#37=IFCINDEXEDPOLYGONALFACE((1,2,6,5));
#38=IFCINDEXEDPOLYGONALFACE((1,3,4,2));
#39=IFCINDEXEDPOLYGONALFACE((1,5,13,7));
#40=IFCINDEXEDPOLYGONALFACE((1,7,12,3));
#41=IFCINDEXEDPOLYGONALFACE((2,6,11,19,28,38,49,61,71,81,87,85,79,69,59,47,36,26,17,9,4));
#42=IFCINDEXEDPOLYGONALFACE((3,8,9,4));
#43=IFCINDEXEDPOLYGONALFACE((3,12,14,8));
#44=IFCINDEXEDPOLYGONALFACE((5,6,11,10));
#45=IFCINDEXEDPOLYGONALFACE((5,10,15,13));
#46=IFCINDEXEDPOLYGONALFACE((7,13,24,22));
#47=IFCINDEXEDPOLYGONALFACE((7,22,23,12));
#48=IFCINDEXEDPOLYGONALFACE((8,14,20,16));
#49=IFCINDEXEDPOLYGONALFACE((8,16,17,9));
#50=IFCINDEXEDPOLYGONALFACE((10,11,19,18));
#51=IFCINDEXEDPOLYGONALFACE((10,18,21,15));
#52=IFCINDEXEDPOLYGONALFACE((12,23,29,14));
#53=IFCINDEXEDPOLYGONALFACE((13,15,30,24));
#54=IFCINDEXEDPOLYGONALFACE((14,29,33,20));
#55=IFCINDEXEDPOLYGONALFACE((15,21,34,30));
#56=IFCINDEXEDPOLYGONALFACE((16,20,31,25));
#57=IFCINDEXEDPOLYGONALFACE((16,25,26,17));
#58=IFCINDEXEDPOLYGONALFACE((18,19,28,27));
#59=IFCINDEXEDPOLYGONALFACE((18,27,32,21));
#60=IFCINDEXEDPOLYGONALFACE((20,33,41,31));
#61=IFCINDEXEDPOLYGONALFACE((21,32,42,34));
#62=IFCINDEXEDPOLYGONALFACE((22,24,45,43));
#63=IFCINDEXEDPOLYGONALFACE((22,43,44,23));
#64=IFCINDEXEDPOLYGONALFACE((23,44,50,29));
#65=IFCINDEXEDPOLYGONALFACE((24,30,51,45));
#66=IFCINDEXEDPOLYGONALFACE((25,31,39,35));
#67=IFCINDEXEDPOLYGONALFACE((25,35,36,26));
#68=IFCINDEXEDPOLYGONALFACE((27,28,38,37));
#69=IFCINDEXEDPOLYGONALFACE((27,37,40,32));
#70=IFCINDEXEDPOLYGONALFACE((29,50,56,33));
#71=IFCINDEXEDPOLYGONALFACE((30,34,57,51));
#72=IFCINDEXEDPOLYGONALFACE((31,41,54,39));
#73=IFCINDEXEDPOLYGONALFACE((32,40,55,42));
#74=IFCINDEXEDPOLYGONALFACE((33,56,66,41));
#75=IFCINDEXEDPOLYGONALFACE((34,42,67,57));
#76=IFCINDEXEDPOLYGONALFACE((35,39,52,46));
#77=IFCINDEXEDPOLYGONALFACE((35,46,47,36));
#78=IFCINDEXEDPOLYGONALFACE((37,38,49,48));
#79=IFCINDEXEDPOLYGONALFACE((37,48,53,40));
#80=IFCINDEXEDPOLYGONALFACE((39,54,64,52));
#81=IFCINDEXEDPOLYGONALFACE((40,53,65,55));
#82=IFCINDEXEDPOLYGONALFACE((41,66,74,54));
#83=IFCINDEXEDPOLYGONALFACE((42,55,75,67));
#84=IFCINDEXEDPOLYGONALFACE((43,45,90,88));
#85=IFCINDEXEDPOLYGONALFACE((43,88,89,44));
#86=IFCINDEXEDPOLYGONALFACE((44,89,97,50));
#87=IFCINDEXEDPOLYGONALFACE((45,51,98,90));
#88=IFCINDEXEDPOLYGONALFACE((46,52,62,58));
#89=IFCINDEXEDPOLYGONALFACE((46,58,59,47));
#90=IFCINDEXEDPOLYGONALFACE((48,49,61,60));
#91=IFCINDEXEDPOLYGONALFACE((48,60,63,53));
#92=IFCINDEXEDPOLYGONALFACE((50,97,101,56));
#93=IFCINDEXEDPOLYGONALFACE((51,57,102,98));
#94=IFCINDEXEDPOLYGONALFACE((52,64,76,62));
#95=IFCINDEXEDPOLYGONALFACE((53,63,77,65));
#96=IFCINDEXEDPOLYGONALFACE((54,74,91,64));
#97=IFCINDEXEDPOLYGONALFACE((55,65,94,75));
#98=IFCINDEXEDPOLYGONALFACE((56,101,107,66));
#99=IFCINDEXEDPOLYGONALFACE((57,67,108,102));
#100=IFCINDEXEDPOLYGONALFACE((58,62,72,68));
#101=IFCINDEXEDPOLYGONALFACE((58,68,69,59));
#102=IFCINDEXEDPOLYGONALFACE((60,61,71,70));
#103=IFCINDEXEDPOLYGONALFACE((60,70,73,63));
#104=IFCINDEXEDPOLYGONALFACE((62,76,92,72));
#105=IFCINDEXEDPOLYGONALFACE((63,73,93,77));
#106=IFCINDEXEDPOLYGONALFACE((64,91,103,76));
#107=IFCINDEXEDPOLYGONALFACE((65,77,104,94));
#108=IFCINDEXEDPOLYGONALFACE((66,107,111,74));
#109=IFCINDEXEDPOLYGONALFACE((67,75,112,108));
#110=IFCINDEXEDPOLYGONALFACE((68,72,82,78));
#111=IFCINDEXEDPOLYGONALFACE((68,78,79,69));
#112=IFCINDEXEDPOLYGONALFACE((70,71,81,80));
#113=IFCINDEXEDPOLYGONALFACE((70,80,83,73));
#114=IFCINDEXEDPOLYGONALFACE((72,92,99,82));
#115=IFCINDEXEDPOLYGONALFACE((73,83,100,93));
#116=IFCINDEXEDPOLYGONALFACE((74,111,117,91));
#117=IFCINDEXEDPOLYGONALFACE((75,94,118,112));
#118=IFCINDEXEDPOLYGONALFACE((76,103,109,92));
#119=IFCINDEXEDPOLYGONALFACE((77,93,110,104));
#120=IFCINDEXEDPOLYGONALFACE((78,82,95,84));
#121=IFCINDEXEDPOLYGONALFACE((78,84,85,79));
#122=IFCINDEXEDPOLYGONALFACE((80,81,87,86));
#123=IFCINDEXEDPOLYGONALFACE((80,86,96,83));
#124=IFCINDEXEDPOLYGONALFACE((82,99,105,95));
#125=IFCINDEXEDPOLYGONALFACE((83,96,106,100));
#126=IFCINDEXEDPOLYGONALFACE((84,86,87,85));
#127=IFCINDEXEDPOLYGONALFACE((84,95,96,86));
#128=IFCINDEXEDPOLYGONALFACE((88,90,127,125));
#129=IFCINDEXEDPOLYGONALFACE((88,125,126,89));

--------------------

→ **What the task requires**: All lines from the one with "#90=IFCINDEXEDPOLYGONALFACE((48,49,61,60));" to the end of the material above should be copied exactly, both ends included, and nothing else.

→ **Solution below**:
#90=IFCINDEXEDPOLYGONALFACE((48,49,61,60));
#91=IFCINDEXEDPOLYGONALFACE((48,60,63,53));
#92=IFCINDEXEDPOLYGONALFACE((50,97,101,56));
#93=IFCINDEXEDPOLYGONALFACE((51,57,102,98));
#94=IFCINDEXEDPOLYGONALFACE((52,64,76,62));
#95=IFCINDEXEDPOLYGONALFACE((53,63,77,65));
#96=IFCINDEXEDPOLYGONALFACE((54,74,91,64));
#97=IFCINDEXEDPOLYGONALFACE((55,65,94,75));
#98=IFCINDEXEDPOLYGONALFACE((56,101,107,66));
#99=IFCINDEXEDPOLYGONALFACE((57,67,108,102));
#100=IFCINDEXEDPOLYGONALFACE((58,62,72,68));
#101=IFCINDEXEDPOLYGONALFACE((58,68,69,59));
#102=IFCINDEXEDPOLYGONALFACE((60,61,71,70));
#103=IFCINDEXEDPOLYGONALFACE((60,70,73,63));
#104=IFCINDEXEDPOLYGONALFACE((62,76,92,72));
#105=IFCINDEXEDPOLYGONALFACE((63,73,93,77));
#106=IFCINDEXEDPOLYGONALFACE((64,91,103,76));
#107=IFCINDEXEDPOLYGONALFACE((65,77,104,94));
#108=IFCINDEXEDPOLYGONALFACE((66,107,111,74));
#109=IFCINDEXEDPOLYGONALFACE((67,75,112,108));
#110=IFCINDEXEDPOLYGONALFACE((68,72,82,78));
#111=IFCINDEXEDPOLYGONALFACE((68,78,79,69));
#112=IFCINDEXEDPOLYGONALFACE((70,71,81,80));
#113=IFCINDEXEDPOLYGONALFACE((70,80,83,73));
#114=IFCINDEXEDPOLYGONALFACE((72,92,99,82));
#115=IFCINDEXEDPOLYGONALFACE((73,83,100,93));
#116=IFCINDEXEDPOLYGONALFACE((74,111,117,91));
#117=IFCINDEXEDPOLYGONALFACE((75,94,118,112));
#118=IFCINDEXEDPOLYGONALFACE((76,103,109,92));
#119=IFCINDEXEDPOLYGONALFACE((77,93,110,104));
#120=IFCINDEXEDPOLYGONALFACE((78,82,95,84));
#121=IFCINDEXEDPOLYGONALFACE((78,84,85,79));
#122=IFCINDEXEDPOLYGONALFACE((80,81,87,86));
#123=IFCINDEXEDPOLYGONALFACE((80,86,96,83));
#124=IFCINDEXEDPOLYGONALFACE((82,99,105,95));
#125=IFCINDEXEDPOLYGONALFACE((83,96,106,100));
#126=IFCINDEXEDPOLYGONALFACE((84,86,87,85));
#127=IFCINDEXEDPOLYGONALFACE((84,95,96,86));
#128=IFCINDEXEDPOLYGONALFACE((88,90,127,125));
#129=IFCINDEXEDPOLYGONALFACE((88,125,126,89));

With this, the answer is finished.